The database contains the personal details of 56.25 million US residents. The details are very sensitive including names, home addresses, phone numbers, ages, The Register reported.
Where does the information come from?
Researchers say that it belongs to CheckPeople.com, a company based in Florida, USA. CheckPeople.com is a typical website for finding people against a fee. Any use who pays the fee can enter a person’s name, and look up that person’s current and past address, phone number, email address, and in some cases, even criminal records. Other details can also be revealed through a people-finder website such as this one.
This abundance of highly sensitive personal information can be easily exploited by cyber crooks, as it can be downloaded in bulk. The most bizarre thing, however, is that the database is being served from an IP address connected to Alibaba’s web hosting wing in Hangzhou, China. This means that the information is “in the hands of foreign adversaries,” as The Register puts it.
The 22GB-database database was discovered by Lynx, a white-hat hacker
Lynx, a white-hat, stumbled upon the database online, and got in touch with The Register. He told the media that he discovered a 22GB-database exposed on the internet. The information includes metadata linking to CheckPeople.com. “We have withheld further details of the security blunder for privacy protection reasons,” The Register explained.
It appears that the contents are scraped from public records, and when they are put together, they can provide detailed profiles on millions of US citizens.
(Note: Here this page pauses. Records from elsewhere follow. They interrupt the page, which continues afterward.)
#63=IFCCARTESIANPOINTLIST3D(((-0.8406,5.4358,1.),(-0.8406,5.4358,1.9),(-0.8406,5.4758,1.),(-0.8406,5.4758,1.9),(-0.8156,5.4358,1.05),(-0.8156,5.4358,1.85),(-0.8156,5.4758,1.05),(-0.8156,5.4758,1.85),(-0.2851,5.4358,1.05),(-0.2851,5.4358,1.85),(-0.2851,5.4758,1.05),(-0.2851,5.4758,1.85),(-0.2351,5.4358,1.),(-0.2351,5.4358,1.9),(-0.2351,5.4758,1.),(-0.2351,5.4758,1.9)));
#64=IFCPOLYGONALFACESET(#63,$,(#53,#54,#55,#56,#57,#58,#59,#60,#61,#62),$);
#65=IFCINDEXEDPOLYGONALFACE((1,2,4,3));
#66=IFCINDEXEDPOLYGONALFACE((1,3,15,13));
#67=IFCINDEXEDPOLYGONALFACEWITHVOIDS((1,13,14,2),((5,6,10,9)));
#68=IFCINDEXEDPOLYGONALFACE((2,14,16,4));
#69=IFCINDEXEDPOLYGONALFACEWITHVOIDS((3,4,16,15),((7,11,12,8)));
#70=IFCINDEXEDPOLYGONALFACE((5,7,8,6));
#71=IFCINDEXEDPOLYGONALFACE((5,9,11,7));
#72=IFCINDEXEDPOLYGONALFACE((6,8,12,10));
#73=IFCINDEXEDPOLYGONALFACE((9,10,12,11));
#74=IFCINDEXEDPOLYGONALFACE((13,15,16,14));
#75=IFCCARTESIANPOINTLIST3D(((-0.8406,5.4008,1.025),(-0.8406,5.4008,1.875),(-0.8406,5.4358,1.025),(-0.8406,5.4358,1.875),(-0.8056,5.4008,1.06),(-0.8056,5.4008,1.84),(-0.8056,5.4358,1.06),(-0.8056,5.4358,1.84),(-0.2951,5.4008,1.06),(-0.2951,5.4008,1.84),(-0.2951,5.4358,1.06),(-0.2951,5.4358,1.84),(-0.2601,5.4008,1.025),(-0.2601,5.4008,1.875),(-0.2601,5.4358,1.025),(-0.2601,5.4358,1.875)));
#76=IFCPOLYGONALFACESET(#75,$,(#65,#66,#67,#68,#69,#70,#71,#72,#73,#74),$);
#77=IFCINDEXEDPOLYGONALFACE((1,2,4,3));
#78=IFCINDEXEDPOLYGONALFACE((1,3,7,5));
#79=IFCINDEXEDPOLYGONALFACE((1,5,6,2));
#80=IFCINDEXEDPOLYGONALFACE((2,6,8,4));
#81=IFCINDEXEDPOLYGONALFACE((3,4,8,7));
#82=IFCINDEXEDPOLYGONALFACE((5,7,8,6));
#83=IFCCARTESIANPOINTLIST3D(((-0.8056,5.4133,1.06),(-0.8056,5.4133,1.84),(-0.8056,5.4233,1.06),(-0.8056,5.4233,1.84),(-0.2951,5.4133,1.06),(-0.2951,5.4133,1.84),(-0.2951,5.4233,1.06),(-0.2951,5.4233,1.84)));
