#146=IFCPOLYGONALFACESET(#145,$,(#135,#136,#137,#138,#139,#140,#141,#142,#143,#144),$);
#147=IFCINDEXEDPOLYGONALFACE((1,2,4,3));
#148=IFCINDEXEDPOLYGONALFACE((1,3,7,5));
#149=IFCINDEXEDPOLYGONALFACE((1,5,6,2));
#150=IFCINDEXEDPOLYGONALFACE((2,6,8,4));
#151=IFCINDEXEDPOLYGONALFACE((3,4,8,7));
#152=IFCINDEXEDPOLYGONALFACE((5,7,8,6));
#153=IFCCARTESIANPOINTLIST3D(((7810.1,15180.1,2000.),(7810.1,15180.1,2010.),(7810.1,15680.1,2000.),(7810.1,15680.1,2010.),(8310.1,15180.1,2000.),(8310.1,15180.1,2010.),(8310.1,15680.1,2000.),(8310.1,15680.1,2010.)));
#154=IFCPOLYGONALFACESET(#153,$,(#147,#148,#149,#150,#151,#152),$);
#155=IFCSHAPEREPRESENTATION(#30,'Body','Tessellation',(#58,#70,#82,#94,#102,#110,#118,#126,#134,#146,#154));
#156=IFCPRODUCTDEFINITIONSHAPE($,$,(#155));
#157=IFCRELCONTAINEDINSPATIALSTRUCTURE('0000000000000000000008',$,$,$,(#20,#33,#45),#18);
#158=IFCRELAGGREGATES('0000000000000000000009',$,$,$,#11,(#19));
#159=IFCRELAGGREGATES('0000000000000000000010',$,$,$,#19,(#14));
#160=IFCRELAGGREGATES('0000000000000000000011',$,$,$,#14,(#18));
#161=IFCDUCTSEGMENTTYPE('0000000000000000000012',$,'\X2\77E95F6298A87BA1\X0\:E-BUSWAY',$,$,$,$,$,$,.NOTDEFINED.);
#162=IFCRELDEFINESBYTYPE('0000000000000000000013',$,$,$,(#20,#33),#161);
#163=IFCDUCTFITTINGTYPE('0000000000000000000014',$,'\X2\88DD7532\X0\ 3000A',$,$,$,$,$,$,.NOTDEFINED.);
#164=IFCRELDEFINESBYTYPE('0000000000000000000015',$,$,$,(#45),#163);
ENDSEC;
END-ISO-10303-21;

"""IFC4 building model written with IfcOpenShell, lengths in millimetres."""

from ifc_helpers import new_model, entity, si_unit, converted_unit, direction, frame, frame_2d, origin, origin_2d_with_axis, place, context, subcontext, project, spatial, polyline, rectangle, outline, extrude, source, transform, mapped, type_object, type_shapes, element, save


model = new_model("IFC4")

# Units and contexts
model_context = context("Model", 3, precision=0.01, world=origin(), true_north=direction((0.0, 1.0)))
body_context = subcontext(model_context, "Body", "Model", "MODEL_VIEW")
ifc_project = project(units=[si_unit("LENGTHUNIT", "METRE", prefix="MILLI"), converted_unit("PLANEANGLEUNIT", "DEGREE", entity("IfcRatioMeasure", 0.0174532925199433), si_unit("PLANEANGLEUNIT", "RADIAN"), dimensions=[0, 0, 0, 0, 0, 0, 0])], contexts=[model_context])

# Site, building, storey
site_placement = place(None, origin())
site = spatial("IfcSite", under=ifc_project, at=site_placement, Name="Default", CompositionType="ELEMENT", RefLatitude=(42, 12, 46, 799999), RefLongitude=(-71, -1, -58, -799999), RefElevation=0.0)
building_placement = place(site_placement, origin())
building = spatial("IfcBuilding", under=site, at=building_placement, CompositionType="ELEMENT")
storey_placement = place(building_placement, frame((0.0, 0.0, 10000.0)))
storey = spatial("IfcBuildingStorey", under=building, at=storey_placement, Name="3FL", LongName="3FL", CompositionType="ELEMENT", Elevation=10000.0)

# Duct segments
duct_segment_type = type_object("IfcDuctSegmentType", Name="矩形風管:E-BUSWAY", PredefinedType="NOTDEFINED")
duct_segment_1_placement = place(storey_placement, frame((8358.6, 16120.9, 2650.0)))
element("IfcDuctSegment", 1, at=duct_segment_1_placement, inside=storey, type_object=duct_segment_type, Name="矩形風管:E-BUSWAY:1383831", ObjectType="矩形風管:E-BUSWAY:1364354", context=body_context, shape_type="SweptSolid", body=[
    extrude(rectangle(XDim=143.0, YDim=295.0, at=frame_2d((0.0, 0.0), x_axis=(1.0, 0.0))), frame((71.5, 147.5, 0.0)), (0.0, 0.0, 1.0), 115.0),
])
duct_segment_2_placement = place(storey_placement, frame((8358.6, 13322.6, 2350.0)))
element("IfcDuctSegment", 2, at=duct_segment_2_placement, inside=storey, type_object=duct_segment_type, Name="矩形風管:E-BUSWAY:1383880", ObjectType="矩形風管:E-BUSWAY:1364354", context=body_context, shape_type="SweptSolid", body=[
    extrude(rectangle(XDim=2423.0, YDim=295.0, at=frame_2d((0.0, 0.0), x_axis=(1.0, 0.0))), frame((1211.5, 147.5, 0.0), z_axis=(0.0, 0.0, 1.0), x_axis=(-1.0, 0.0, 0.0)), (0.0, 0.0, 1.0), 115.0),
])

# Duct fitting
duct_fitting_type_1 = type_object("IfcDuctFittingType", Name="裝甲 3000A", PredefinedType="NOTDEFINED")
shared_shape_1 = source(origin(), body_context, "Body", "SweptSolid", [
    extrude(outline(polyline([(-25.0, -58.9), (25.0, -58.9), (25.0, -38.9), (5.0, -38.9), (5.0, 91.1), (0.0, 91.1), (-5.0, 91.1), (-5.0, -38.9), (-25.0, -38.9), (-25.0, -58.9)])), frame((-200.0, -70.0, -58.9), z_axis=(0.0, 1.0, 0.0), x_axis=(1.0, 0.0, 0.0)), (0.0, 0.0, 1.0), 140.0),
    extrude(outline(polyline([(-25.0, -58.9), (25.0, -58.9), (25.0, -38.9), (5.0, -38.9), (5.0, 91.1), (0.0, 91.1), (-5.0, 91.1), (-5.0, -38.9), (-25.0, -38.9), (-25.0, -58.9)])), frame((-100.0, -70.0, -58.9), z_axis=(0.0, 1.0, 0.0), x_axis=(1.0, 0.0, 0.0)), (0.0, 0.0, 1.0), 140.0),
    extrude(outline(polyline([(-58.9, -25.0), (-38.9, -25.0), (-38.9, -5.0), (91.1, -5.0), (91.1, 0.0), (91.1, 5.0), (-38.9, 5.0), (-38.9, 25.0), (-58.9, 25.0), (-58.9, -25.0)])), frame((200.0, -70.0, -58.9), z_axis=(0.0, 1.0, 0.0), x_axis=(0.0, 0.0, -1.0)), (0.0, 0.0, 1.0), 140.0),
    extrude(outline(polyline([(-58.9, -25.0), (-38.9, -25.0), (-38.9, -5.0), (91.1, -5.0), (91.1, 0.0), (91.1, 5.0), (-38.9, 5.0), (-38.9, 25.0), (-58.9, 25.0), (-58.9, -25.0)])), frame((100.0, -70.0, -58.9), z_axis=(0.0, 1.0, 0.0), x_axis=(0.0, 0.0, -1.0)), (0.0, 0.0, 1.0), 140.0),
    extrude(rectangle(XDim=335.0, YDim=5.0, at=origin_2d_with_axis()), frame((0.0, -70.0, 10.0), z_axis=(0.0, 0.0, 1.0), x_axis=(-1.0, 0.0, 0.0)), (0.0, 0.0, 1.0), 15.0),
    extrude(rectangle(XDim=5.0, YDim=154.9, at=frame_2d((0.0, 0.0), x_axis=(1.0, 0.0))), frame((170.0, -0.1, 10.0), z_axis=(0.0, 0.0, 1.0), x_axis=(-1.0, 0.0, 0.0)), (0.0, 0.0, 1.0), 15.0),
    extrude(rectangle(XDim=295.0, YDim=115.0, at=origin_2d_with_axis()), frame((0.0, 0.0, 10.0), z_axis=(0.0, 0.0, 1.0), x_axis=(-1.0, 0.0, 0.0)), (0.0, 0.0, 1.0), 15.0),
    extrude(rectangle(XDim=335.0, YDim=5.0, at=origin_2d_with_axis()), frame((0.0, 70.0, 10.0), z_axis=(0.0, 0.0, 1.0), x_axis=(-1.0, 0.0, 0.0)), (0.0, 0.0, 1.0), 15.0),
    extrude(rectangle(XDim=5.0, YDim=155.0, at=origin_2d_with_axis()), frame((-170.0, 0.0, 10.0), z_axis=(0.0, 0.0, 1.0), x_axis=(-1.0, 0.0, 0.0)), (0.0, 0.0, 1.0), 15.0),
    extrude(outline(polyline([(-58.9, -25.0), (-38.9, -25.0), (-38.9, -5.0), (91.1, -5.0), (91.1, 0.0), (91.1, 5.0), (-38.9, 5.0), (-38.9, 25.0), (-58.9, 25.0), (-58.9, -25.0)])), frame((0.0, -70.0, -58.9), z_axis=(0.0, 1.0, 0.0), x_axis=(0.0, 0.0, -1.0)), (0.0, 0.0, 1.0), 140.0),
“In and of itself, the data is harmless, it’s public data, but bundled like this I think it could actually be worth a lot to some people,” Lynx told the media in a conversation. However, what is bothering is that the information can be combined with other datasets.
The media tried to reach CheckPeople.com to alert them about the data leak multiple times. So far, there hasn’t been an answer. The white-hacker has been unable to reach the service as well.
“We have also pinged Alibaba to alert it to the exposed database, should it care about Americans’ privacy,” The Register said.
In November last year, an ElasticSearch server was discovered exposing “an unprecedented 4 billion user accounts spanning more than 4 terabytes of data.” This server was accessible without the need of authentication, which exposed the data of more than 1.2 billion unique individuals. This made the data breach one of the largest data leaks from a single source so far.